Deliberations began this with week on the U.S. Senate’s version (S. 3187) of the Prescription Drug User Fee Act (PDUFA), which includes provisions to help mitigate potential shortages of lifesaving drugs, but the American Society of Hematology wants to know why the bill exempts certain classes of drugs from its proposed mandatory early warning system.
ASH President Armand Keating, MD, told me that the bipartisan legislative effort is a great start but does not go far enough since it exempts biologics and plasma products, which will not be part of the governmental safety net ensuring that manufacturers notify the Food and Drug Administration about potential shortages of drugs that are life-supporting or life-sustaining, or used to prevent debilitating diseases or conditions.
He said that the House version (HR 5651) slated for discussion next week does not have the biologics exclusion, but does exclude plasma protein products used to treat hemophilia and other serious bleeding disorders, which have had a history of shortages.
“It [the legislative effort] is really preliminary and doesn’t deal with all the issues," Keating said.
"There are a disproportionate number of products that have experienced shortages that are off patent and injectable, sterile, and in some cases not replaceable. We should not have to put our patients in the position of having their care compromised,” he said, adding that he wondered if similar shortages occur “for those products that still have robust intellectual property protection.”
According to ASH, a manufacturer went to Capitol Hill and said that the plasma protein industry already had a reporting system in place and did not need the new requirement.
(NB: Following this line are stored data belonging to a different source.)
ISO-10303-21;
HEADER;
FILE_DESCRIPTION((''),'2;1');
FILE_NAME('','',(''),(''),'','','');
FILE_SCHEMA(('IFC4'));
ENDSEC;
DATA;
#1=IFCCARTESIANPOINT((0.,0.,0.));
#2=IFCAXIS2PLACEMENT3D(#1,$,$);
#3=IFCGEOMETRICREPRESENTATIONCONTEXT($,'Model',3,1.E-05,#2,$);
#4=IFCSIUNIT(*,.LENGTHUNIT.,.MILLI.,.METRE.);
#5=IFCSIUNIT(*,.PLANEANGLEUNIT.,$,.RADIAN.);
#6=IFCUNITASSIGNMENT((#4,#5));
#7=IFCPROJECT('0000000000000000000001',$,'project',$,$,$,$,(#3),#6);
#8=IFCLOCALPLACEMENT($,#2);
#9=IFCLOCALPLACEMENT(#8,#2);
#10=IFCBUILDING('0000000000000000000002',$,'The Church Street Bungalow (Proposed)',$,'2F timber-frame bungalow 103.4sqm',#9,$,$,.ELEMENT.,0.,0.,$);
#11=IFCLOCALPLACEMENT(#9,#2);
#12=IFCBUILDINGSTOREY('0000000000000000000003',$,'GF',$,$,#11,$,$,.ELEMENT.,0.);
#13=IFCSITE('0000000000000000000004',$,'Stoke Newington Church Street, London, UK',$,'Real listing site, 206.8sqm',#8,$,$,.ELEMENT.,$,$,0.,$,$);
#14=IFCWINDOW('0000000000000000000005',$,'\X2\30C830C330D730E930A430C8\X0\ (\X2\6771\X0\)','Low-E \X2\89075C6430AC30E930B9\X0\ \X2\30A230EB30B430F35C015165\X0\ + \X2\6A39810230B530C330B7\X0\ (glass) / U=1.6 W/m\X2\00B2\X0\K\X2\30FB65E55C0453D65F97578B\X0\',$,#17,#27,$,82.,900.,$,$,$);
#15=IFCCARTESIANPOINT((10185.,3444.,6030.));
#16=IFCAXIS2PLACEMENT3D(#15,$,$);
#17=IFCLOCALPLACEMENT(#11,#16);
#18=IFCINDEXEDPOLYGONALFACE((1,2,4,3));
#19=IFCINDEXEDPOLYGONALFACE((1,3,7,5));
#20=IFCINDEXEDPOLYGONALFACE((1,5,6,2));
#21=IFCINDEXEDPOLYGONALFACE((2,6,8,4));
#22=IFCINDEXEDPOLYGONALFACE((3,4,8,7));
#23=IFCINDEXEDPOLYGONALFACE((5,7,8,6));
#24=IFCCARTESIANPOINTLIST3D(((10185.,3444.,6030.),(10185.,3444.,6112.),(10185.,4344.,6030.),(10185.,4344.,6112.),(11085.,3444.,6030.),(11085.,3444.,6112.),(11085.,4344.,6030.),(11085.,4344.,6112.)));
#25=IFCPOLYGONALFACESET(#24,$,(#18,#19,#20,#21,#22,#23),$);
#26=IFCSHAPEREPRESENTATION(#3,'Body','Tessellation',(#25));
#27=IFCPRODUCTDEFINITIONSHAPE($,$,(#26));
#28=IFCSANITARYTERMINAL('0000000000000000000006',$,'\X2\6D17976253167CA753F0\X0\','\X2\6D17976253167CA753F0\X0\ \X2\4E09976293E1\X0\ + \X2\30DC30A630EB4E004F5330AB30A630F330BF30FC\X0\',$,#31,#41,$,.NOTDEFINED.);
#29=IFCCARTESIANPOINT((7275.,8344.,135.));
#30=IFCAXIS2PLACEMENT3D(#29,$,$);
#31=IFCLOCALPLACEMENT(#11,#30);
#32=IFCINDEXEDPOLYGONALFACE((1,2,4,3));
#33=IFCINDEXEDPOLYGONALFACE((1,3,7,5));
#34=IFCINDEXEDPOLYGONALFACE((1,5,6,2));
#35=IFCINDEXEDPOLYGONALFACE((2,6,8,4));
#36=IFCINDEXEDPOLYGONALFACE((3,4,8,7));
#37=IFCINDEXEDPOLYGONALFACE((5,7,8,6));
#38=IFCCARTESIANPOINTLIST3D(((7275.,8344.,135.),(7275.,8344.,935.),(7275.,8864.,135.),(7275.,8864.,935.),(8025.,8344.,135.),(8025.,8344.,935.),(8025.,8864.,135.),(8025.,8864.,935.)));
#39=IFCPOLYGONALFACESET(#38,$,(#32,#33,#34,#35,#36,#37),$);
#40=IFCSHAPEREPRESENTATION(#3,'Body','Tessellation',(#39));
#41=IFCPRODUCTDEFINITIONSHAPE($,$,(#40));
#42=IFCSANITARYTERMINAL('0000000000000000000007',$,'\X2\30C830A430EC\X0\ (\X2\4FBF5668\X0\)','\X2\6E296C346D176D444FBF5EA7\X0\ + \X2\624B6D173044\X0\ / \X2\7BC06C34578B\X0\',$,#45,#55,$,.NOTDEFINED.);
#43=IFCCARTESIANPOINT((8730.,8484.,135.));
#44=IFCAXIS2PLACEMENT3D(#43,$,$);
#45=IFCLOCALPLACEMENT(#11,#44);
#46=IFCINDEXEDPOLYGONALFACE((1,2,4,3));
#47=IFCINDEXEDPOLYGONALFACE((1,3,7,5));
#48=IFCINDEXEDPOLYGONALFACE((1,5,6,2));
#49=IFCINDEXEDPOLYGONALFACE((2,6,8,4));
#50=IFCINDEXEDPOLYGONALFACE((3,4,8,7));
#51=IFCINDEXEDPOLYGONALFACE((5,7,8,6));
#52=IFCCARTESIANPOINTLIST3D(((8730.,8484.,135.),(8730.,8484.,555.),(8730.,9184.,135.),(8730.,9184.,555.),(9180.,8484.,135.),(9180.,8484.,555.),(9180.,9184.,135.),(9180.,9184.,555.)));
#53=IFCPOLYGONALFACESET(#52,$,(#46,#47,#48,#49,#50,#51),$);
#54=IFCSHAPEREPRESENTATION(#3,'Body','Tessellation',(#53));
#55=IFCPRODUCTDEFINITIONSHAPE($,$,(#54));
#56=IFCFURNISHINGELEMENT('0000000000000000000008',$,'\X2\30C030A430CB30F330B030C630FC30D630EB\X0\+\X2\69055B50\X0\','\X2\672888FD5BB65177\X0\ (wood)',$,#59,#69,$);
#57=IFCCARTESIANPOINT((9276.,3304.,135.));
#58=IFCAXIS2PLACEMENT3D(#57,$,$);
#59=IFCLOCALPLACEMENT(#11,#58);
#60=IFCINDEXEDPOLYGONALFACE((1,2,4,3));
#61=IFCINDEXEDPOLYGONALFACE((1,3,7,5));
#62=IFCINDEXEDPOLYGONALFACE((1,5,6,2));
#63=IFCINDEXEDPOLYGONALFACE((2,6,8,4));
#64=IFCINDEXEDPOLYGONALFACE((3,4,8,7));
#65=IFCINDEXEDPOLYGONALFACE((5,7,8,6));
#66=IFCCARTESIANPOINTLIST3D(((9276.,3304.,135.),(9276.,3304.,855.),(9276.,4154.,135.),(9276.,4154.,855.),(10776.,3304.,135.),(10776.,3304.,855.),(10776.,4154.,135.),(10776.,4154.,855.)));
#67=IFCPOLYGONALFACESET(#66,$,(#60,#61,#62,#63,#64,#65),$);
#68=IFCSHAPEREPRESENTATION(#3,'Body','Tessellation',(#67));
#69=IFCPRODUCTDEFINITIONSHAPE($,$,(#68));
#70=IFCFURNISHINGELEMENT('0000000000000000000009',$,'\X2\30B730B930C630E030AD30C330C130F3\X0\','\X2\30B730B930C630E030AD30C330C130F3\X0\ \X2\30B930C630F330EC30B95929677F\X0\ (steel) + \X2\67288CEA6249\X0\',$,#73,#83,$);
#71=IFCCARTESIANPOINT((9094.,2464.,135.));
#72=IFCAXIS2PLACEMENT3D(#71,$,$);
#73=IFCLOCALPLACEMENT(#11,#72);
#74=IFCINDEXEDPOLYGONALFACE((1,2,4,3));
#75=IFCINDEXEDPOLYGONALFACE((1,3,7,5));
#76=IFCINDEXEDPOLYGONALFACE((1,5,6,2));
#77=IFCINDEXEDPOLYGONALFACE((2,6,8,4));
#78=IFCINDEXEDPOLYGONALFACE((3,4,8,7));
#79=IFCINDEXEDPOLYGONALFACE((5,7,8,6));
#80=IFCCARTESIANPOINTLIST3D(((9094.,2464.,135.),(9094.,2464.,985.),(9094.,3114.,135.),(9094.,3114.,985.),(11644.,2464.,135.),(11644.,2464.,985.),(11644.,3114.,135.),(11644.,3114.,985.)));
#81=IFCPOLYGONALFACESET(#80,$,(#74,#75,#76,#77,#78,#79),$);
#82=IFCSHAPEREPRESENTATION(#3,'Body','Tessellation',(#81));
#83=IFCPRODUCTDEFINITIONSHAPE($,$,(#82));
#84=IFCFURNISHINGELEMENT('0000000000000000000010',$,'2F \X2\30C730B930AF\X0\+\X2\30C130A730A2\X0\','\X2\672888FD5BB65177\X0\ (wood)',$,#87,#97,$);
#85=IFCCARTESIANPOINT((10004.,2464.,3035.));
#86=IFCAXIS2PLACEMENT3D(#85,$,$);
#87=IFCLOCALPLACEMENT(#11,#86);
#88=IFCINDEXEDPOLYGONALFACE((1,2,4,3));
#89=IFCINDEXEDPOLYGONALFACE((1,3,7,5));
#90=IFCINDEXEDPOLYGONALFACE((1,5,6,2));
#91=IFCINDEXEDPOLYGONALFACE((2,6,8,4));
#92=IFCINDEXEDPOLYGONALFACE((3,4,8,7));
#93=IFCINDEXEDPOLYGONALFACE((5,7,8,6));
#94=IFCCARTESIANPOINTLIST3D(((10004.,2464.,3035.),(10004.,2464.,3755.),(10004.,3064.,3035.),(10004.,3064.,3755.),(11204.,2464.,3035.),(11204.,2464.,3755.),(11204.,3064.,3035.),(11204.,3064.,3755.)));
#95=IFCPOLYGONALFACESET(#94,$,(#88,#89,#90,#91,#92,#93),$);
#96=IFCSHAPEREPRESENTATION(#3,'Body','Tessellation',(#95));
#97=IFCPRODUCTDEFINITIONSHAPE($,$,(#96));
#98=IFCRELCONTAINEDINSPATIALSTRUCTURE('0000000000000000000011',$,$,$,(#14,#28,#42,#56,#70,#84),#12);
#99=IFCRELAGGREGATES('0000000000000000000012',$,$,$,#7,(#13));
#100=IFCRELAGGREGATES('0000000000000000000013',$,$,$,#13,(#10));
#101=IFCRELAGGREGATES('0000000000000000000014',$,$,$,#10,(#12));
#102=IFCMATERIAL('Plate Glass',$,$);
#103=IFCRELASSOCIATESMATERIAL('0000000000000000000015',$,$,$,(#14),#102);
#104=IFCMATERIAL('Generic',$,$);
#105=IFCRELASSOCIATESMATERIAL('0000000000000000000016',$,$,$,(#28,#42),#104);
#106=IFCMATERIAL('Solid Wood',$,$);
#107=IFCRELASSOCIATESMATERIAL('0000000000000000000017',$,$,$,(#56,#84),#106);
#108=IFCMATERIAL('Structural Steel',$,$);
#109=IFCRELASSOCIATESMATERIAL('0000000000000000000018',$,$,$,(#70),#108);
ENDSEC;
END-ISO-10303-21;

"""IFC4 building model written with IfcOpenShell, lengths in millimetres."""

from ifc_helpers import new_model, si_unit, frame, frame_2d, origin, place, context, project, spatial, rectangle, extrude, material, element, save


model = new_model("IFC4")

# Units and contexts
model_context = context("Model", 3, precision=1e-05, world=origin())
ifc_project = project(units=[si_unit("LENGTHUNIT", "METRE", prefix="MILLI"), si_unit("PLANEANGLEUNIT", "RADIAN")], contexts=[model_context])

# Site, building, storey
site_placement = place(None, origin())
site = spatial("IfcSite", under=ifc_project, at=site_placement, Name="Stoke Newington Church Street, London, UK", ObjectType="Real listing site, 206.8sqm", CompositionType="ELEMENT", RefElevation=0.0)
building_placement = place(site_placement, origin())
building = spatial("IfcBuilding", under=site, at=building_placement, Name="The Church Street Bungalow (Proposed)", ObjectType="2F timber-frame bungalow 103.4sqm", CompositionType="ELEMENT", ElevationOfRefHeight=0.0, ElevationOfTerrain=0.0)
storey_placement = place(building_placement, origin())
storey = spatial("IfcBuildingStorey", under=building, at=storey_placement, Name="GF", CompositionType="ELEMENT", Elevation=0.0)

# Shared definitions
ifc_material_1 = material(Name="Solid Wood")

# Shared definitions
ifc_material_2 = material(Name="Plate Glass")

# Window
window_1_placement = place(storey_placement, frame((10185.0, 3444.0, 6030.0)))
element("IfcWindow", 1, at=window_1_placement, inside=storey, material=ifc_material_2, Name="トップライト (東)", Description="Low-E 複層ガラス アルゴン封入 + 樹脂サッシ (glass) / U=1.6 W/m²K・日射取得型", OverallHeight=82.0, OverallWidth=900.0, context=model_context, shape_type="SweptSolid", body=[
    extrude(rectangle(XDim=900.0, YDim=900.0, at=frame_2d((450.0, 450.0))), frame((10185.0, 3444.0, 6030.0)), (0.0, 0.0, 1.0), 82.0),
])

# Sanitary terminals
ifc_material_3 = material(Name="Generic")
sanitary_terminal_1_placement = place(storey_placement, frame((7275.0, 8344.0, 135.0)))
element("IfcSanitaryTerminal", 2, at=sanitary_terminal_1_placement, inside=storey, material=ifc_material_3, Name="洗面化粧台", Description="洗面化粧台 三面鏡 + ボウル一体カウンター", PredefinedType="NOTDEFINED", context=model_context, shape_type="SweptSolid", body=[
    extrude(rectangle(XDim=750.0, YDim=520.0, at=frame_2d((375.0, 260.0))), frame((7275.0, 8344.0, 135.0)), (0.0, 0.0, 1.0), 800.0),
])
sanitary_terminal_2_placement = place(storey_placement, frame((8730.0, 8484.0, 135.0)))
element("IfcSanitaryTerminal", 3, at=sanitary_terminal_2_placement, inside=storey, material=ifc_material_3, Name="トイレ (便器)", Description="温水洗浄便座 + 手洗い / 節水型", PredefinedType="NOTDEFINED", context=model_context, shape_type="SweptSolid", body=[
    extrude(rectangle(XDim=450.0, YDim=700.0, at=frame_2d((225.0, 350.0))), frame((8730.0, 8484.0, 135.0)), (0.0, 0.0, 1.0), 420.0),
])

# Furnishing elements
furnishing_1_placement = place(storey_placement, frame((9276.0, 3304.0, 135.0)))
element("IfcFurnishingElement", 4, at=furnishing_1_placement, inside=storey, material=ifc_material_1, Name="ダイニングテーブル+椅子", Description="木製家具 (wood)", context=model_context, shape_type="SweptSolid", body=[
    extrude(rectangle(XDim=1500.0, YDim=850.0, at=frame_2d((750.0, 425.0))), frame((9276.0, 3304.0, 135.0)), (0.0, 0.0, 1.0), 720.0),
])
ifc_material_4 = material(Name="Structural Steel")
furnishing_2_placement = place(storey_placement, frame((9094.0, 2464.0, 135.0)))
element("IfcFurnishingElement", 5, at=furnishing_2_placement, inside=storey, material=ifc_material_4, Name="システムキッチン", Description="システムキッチン ステンレス天板 (steel) + 木質扉", context=model_context, shape_type="SweptSolid", body=[
    extrude(rectangle(XDim=2550.0, YDim=650.0, at=frame_2d((1275.0, 325.0))), frame((9094.0, 2464.0, 135.0)), (0.0, 0.0, 1.0), 850.0),
])
furnishing_3_placement = place(storey_placement, frame((10004.0, 2464.0, 3035.0)))
element("IfcFurnishingElement", 6, at=furnishing_3_placement, inside=storey, material=ifc_material_1, Name="2F デスク+チェア", Description="木製家具 (wood)", context=model_context, shape_type="SweptSolid", body=[
    extrude(rectangle(XDim=1200.0, YDim=600.0, at=frame_2d((600.0, 300.0))), frame((10004.0, 2464.0, 3035.0)), (0.0, 0.0, 1.0), 720.0),
])

save(model, "model.ifc")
However, that system was voluntary and tracked the production rather than shortages of only five of 25 products on the market.
Keating also said that another limitation of the bill was the lack of a penalty for failing to report shortages, and that ASH recommends including an enforcement mechanism that instructs the Secretary of Health and Human Services to establish regulations for civil monetary penalties.
I called the American Society of Clinical Oncology regarding its views on the legislation and received this response via email from ASCO President Michael P. Link, MD: “We are also pleased that the prescription drug user fee legislation currently being debated in the Senate requires manufacturers to give the FDA six-months’ notice of an anticipated shortage of a lifesaving therapy. However, fines or some other type of enforcement mechanism are needed to ensure manufacturers comply with this requirement. ASCO hopes that this change may be added before final passage.
"The bill also allows for the inclusion of biologics if the HHS Secretary determines that it would be for the benefit of public health," Link continued. "Biologics are already first-line treatments for numerous cancers and will become more critical components to care as their use in the U.S. becomes more prevalent. If this legislation becomes law, we would urge the Secretary to include biologics and biosimilars to fully protect cancer patients.”
OT will monitor Congressional action on the bill and its final outcome.
Today, the Senate passed S. 3187, its version of the Prescription Drug User Fee Act (PDUFA).
The House of Representatives is expected to vote on its version, HR 5651, next week.
The House of Representatives passed its version (HR 5651) of the Prescription Drug User Fee Act (PDUFA) yesterday, but the American Society of Hematology says that it remains concerned that the legislation still exempts products derived from human plasma protein derivatives and recombinant products replacing human tissue used in treating hemophilia and other blood disorders. However, the House bill does include biologics that were exempt from the Senate's bill.
Both the House and Senate versions will go to committee to reconcile differences before being sent to the president.